I think it's noteworthy that they even include command line arguments that are mistyped, for example "bulid".
What happens if you accidentally paste an AWS secret key or similar in the middle of a command line argument? Will that too appear in public csv files a year later?
Hi. Team member here. We used a simple algorithm to prevent that. We essentially got the data itself to vote on what a real command was for exactly this reason. This means that a lot of people typed "bulid" since the vote passed on that one. I don't have a count, but many rows were not included in the data since they didn't pass the minimum threshold for being a real command. Imagine you spelled "build" backwards for some reason. That would have been quite uncommon.

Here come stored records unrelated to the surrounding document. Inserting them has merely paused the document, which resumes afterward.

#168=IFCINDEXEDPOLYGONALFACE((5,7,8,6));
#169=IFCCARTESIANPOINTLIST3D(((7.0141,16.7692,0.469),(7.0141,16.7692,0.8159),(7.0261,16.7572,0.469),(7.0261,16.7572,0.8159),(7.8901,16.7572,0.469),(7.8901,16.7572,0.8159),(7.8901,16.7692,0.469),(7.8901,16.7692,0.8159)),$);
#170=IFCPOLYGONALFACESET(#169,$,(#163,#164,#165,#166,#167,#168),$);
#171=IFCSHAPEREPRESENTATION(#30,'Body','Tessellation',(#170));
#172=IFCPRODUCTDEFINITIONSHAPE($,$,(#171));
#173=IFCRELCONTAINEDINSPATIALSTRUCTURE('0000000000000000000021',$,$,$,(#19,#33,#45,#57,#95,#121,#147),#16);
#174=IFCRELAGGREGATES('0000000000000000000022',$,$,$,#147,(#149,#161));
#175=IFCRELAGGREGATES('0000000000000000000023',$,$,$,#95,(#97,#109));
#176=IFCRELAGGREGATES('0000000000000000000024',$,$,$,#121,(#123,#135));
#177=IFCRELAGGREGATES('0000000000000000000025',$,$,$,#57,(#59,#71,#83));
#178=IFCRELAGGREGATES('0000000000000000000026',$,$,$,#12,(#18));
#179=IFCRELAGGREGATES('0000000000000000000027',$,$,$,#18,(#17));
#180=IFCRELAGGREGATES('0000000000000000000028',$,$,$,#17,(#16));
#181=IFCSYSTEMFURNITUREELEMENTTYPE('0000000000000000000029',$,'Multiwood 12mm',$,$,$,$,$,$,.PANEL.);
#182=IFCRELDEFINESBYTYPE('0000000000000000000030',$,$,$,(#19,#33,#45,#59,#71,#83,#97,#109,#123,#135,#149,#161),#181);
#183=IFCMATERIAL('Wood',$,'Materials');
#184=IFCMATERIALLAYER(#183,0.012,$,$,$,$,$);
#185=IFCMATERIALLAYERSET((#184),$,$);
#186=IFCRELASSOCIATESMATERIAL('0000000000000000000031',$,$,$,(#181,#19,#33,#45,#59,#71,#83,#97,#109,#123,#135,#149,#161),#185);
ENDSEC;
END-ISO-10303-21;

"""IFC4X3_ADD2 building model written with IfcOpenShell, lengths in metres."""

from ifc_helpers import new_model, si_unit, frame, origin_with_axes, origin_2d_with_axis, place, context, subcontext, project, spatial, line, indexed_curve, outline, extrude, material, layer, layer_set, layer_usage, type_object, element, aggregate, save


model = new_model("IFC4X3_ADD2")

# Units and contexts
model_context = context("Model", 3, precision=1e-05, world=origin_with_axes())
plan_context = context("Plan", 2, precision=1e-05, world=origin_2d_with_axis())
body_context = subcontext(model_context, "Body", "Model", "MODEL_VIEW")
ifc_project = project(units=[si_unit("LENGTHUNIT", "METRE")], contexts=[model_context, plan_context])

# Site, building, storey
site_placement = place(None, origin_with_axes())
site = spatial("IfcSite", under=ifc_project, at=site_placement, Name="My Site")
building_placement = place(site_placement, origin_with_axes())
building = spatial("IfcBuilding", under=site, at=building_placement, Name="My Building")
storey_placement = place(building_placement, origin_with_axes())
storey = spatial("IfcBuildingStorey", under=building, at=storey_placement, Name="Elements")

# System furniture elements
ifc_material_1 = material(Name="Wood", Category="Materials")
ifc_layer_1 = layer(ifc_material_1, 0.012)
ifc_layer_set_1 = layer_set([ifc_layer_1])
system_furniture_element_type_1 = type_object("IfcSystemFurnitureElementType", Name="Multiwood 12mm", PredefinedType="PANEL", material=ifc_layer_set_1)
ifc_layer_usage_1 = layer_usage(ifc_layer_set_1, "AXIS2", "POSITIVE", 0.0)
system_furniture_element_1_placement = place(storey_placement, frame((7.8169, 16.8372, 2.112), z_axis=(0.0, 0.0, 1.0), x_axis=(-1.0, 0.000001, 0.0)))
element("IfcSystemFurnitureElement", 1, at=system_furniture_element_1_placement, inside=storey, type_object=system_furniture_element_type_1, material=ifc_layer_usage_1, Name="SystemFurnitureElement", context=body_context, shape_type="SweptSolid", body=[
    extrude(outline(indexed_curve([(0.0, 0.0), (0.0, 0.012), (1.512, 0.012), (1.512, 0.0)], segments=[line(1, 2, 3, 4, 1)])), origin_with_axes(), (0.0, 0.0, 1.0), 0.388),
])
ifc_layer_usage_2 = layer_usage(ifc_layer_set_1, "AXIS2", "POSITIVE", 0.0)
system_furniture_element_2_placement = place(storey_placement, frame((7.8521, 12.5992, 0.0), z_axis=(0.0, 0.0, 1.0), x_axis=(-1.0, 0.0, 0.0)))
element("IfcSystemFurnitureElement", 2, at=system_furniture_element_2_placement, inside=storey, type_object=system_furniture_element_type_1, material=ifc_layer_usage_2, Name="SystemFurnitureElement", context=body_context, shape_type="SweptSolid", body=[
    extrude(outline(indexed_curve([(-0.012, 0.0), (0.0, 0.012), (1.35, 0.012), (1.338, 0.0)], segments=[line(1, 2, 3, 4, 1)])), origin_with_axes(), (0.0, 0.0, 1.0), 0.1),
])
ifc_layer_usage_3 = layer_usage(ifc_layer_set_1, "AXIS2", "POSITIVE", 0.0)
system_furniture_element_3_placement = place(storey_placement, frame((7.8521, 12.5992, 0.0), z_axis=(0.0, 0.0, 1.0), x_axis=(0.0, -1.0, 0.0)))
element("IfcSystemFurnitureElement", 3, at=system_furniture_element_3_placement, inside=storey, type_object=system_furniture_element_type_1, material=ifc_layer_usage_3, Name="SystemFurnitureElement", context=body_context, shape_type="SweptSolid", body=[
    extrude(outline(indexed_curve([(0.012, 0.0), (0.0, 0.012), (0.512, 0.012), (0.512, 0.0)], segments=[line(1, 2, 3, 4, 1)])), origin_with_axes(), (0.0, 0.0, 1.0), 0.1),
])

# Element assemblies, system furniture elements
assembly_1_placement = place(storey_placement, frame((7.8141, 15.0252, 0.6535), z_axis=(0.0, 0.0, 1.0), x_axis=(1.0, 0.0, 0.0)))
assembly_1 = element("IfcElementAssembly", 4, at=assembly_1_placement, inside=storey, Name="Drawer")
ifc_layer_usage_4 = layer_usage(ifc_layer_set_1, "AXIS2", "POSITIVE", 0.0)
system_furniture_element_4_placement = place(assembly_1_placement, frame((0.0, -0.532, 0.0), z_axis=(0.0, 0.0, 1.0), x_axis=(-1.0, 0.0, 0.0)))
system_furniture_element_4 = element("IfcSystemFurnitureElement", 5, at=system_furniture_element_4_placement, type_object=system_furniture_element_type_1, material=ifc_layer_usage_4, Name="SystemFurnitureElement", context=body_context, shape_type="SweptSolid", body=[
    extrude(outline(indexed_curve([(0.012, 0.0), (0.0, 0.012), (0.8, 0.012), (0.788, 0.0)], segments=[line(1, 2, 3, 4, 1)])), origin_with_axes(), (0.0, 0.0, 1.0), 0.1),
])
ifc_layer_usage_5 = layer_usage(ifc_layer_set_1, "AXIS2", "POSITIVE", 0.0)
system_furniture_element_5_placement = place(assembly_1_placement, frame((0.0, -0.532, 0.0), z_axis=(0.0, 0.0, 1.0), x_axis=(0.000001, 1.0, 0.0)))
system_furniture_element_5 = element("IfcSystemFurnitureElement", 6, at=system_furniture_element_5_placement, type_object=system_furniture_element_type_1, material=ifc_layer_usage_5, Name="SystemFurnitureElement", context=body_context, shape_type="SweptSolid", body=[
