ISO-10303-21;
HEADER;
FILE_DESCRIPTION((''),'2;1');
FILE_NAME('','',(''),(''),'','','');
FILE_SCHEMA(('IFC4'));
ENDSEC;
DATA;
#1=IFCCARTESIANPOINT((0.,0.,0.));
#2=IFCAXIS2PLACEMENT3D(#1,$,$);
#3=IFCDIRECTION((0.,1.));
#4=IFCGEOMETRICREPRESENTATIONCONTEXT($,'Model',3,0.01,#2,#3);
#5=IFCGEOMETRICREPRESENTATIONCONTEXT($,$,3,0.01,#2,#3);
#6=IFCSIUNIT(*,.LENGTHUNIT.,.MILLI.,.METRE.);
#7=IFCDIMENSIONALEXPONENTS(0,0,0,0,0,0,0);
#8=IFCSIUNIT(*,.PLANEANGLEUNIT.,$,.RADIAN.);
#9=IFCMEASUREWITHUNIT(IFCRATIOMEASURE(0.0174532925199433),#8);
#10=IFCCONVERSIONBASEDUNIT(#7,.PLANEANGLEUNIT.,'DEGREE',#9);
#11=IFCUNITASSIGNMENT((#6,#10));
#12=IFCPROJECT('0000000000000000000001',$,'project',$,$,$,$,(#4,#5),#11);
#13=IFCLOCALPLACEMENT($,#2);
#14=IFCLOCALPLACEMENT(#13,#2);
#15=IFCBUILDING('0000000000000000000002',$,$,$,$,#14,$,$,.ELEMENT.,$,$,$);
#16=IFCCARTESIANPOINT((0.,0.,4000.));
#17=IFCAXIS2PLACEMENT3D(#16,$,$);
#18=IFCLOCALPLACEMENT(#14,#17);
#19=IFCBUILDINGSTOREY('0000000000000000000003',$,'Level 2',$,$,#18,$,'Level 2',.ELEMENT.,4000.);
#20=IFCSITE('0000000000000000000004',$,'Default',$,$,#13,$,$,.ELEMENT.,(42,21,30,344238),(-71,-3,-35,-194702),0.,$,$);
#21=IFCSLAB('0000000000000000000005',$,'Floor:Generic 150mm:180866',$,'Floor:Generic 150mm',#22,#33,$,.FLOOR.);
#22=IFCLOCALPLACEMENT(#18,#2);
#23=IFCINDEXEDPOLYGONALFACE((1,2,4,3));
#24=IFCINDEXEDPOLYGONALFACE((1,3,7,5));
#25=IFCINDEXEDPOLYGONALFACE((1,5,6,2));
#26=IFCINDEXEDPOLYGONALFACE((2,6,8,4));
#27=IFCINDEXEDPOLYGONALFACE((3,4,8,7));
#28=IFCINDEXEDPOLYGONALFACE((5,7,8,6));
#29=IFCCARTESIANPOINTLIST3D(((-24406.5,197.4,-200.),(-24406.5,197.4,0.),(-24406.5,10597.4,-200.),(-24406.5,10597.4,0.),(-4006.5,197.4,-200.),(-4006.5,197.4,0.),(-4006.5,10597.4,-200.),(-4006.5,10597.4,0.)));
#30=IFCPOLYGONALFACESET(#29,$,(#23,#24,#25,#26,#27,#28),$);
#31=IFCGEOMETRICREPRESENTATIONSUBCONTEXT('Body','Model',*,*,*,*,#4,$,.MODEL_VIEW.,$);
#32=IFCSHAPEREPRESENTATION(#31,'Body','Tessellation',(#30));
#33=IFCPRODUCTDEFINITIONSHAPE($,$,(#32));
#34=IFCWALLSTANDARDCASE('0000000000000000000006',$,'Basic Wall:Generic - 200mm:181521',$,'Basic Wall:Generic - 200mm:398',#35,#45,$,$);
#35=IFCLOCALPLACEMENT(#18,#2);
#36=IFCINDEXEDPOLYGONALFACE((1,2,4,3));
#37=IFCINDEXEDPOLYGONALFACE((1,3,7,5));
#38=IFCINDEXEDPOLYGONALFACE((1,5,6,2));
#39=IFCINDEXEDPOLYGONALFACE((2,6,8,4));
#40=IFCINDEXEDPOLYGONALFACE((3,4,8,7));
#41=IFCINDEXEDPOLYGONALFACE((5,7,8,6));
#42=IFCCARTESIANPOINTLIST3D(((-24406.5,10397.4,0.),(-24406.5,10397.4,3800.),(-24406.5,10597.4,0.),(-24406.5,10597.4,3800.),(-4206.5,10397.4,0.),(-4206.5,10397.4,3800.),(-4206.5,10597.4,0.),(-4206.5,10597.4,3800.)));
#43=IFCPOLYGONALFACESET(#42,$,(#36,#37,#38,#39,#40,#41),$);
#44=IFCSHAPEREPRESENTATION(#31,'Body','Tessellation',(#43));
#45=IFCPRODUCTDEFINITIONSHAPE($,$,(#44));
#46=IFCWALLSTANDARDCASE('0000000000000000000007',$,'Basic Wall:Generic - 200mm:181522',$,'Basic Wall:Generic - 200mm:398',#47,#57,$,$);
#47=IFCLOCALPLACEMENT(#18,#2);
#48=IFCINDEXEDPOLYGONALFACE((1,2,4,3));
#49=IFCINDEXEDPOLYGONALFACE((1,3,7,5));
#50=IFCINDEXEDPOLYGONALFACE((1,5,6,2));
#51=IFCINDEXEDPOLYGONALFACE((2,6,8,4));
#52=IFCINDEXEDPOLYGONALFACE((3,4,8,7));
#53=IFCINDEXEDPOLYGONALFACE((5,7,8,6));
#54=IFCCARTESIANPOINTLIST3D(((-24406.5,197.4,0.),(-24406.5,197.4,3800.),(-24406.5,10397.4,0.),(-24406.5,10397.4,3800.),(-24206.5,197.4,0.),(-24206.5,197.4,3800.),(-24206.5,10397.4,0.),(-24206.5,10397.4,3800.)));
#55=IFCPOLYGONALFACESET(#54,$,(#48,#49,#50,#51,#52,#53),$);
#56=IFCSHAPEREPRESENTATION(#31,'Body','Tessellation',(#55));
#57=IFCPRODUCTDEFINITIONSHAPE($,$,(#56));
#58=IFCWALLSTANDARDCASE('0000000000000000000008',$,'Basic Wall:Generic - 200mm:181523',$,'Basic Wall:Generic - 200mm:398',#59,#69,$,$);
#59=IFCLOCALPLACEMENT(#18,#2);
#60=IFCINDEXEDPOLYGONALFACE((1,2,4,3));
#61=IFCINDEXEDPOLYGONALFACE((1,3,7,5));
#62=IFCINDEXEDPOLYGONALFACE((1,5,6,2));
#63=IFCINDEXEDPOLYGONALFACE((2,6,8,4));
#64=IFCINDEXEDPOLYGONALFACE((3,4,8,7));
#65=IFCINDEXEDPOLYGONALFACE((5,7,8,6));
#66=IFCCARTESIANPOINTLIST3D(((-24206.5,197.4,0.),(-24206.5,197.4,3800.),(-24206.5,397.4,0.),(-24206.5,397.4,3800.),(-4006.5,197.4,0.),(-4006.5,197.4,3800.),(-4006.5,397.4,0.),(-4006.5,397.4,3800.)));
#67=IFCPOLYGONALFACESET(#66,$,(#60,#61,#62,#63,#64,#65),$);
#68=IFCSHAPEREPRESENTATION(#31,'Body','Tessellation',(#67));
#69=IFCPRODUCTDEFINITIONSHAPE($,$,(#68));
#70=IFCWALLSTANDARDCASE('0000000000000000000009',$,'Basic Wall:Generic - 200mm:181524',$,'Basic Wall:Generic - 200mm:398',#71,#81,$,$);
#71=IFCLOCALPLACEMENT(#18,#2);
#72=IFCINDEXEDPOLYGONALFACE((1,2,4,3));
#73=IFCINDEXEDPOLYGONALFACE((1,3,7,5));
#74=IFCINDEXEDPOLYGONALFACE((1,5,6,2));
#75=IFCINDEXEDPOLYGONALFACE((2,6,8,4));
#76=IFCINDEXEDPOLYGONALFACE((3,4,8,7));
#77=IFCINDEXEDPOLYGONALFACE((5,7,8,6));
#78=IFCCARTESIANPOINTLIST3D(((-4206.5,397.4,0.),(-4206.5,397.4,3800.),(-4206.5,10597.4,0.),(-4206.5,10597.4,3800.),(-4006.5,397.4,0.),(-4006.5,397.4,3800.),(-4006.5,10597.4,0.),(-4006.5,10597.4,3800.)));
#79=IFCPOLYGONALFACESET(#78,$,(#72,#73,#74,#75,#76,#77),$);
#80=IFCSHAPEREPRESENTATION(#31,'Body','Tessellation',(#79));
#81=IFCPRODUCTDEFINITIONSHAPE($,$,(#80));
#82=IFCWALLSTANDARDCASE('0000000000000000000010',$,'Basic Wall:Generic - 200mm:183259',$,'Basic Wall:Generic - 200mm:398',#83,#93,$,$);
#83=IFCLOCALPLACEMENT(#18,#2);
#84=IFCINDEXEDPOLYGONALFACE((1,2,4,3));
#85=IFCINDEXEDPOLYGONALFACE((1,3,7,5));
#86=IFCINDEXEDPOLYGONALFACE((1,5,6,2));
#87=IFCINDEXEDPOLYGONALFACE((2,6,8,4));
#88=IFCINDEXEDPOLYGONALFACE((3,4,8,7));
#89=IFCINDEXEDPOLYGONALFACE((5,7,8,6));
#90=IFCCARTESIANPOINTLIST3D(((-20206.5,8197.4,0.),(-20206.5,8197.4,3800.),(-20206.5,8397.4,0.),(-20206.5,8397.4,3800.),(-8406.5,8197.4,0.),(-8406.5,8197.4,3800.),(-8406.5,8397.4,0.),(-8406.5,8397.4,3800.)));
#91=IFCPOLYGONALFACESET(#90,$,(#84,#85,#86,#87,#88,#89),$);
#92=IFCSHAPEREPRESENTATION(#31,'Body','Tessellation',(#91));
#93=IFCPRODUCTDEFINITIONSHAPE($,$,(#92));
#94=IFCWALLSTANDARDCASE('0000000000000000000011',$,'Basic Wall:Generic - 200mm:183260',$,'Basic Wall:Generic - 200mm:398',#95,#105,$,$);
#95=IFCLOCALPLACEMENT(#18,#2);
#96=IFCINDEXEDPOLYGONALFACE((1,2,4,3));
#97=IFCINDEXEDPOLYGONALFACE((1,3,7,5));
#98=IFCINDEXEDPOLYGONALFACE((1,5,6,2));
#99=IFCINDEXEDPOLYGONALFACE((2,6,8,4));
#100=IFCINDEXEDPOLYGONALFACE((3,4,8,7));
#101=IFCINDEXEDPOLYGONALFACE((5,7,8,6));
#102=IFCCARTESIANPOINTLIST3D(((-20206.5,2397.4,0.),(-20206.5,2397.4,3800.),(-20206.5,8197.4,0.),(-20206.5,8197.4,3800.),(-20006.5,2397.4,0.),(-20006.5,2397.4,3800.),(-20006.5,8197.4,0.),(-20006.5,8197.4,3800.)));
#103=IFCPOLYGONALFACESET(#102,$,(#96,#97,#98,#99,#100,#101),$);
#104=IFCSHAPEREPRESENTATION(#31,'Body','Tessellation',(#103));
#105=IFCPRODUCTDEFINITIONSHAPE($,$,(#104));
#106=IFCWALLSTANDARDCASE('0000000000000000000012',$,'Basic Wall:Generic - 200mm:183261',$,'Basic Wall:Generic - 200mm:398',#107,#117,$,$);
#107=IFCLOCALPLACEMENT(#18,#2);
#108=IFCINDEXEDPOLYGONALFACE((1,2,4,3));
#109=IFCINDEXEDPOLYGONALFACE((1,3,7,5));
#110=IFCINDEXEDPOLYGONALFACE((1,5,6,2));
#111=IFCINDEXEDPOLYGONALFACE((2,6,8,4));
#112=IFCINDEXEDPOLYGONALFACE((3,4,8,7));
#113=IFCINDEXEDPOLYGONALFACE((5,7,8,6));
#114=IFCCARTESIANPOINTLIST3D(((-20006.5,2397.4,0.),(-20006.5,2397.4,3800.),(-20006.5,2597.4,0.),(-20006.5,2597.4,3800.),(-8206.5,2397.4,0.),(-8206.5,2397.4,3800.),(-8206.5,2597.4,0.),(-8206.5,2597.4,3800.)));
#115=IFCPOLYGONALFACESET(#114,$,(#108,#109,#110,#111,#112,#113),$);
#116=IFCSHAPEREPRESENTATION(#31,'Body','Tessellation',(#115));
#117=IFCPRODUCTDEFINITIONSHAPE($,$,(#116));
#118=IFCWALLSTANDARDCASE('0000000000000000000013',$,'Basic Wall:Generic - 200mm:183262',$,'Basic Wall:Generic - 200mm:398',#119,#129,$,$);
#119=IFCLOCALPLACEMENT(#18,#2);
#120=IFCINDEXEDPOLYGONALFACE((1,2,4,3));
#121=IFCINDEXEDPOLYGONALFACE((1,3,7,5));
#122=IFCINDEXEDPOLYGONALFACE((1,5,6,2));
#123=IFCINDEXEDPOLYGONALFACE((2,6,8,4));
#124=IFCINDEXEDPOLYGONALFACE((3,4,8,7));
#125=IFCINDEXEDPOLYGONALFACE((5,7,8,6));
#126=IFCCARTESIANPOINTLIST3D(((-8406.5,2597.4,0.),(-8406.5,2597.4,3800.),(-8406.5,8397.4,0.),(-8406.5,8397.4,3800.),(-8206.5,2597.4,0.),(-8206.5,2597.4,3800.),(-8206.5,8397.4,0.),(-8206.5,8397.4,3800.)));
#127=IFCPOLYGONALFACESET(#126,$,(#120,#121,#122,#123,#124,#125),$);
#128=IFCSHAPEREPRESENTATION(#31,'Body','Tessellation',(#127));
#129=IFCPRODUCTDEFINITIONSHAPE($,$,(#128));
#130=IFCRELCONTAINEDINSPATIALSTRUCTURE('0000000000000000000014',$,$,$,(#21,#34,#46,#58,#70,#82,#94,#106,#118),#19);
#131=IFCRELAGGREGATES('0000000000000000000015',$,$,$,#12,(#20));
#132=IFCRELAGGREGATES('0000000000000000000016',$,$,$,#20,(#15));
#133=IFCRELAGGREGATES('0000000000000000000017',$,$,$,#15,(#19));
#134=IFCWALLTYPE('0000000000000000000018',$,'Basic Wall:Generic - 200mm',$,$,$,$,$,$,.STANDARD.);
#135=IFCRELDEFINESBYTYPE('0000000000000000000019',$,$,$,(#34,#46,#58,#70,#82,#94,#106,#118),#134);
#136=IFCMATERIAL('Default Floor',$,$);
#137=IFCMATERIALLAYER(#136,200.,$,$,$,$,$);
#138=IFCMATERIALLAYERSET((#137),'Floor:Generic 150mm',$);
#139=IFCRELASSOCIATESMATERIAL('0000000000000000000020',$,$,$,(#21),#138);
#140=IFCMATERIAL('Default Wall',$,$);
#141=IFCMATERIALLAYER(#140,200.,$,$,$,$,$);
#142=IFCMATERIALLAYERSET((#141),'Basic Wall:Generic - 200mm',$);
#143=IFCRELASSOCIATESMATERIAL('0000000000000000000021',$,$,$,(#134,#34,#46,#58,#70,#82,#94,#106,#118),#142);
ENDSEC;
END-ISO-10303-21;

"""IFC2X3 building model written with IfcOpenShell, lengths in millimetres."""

from ifc_helpers import new_model, entity, si_unit, converted_unit, direction, frame, frame_2d, origin, origin_2d_with_axis, place, context, subcontext, project, spatial, rectangle, extrude, material, layer, layer_set, layer_usage, type_object, element, save


model = new_model("IFC2X3")

# Units and contexts
model_context = context("Model", 3, precision=0.01, world=origin(), true_north=direction((0.0, 1.0)))
context_of_model = context(None, 3, precision=0.01, world=origin(), true_north=direction((0.0, 1.0)))
body_context = subcontext(model_context, "Body", "Model", "MODEL_VIEW")
ifc_project = project(units=[si_unit("LENGTHUNIT", "METRE", prefix="MILLI"), converted_unit("PLANEANGLEUNIT", "DEGREE", entity("IfcRatioMeasure", 0.0174532925199433), si_unit("PLANEANGLEUNIT", "RADIAN"), dimensions=[0, 0, 0, 0, 0, 0, 0])], contexts=[model_context, context_of_model])

# Site, building, storey
site_placement = place(None, origin())
site = spatial("IfcSite", under=ifc_project, at=site_placement, Name="Default", CompositionType="ELEMENT", RefLatitude=(42, 21, 30, 344238), RefLongitude=(-71, -3, -35, -194702), RefElevation=0.0)
building_placement = place(site_placement, origin())
building = spatial("IfcBuilding", under=site, at=building_placement, CompositionType="ELEMENT")
storey_placement = place(building_placement, frame((0.0, 0.0, 4000.0)))
storey = spatial("IfcBuildingStorey", under=building, at=storey_placement, Name="Level 2", LongName="Level 2", CompositionType="ELEMENT", Elevation=4000.0)

# Slab
ifc_material_1 = material(Name="Default Floor")
ifc_layer_1 = layer(ifc_material_1, 200.0)
ifc_layer_set_1 = layer_set([ifc_layer_1], Name="Floor:Generic 150mm")
ifc_layer_usage_1 = layer_usage(ifc_layer_set_1, "AXIS3", "POSITIVE", 0.0)
slab_placement = place(storey_placement, origin())
element("IfcSlab", 1, at=slab_placement, inside=storey, material=ifc_layer_usage_1, Name="Floor:Generic 150mm:180866", ObjectType="Floor:Generic 150mm", PredefinedType="FLOOR", context=body_context, shape_type="SweptSolid", body=[
    extrude(rectangle(XDim=10400.0, YDim=20400.0, at=origin_2d_with_axis()), frame((-14206.5, 5397.4, 0.0), z_axis=(0.0, 0.0, -1.0), x_axis=(0.0, 1.0, 0.0)), (0.0, 0.0, 1.0), 200.0),
])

Well, it looks like they are including "command verbs" even if they are mistyped, for example "bulid".
What happens if you accidentally paste an AWS secret key or similar in the middle of a command verb? Will that too appear in public csv files a year later?
See my comment to the grandparent comment on our approach to only including common command strings (which wouldn't include anyone's AWS key). Also, and more importantly, we will only collect known arguments. From the blog post:
> Only known arguments and options will be collected (not arbitrary strings).
We don't want your AWS secret key in this data as much as you do. We have put systematic mitigations in place to ensure that this doesn't happen.
What happens if you accidentally paste an AWS secret key or similar in the middle of a command line argument? Will that too appear in public csv files a year later?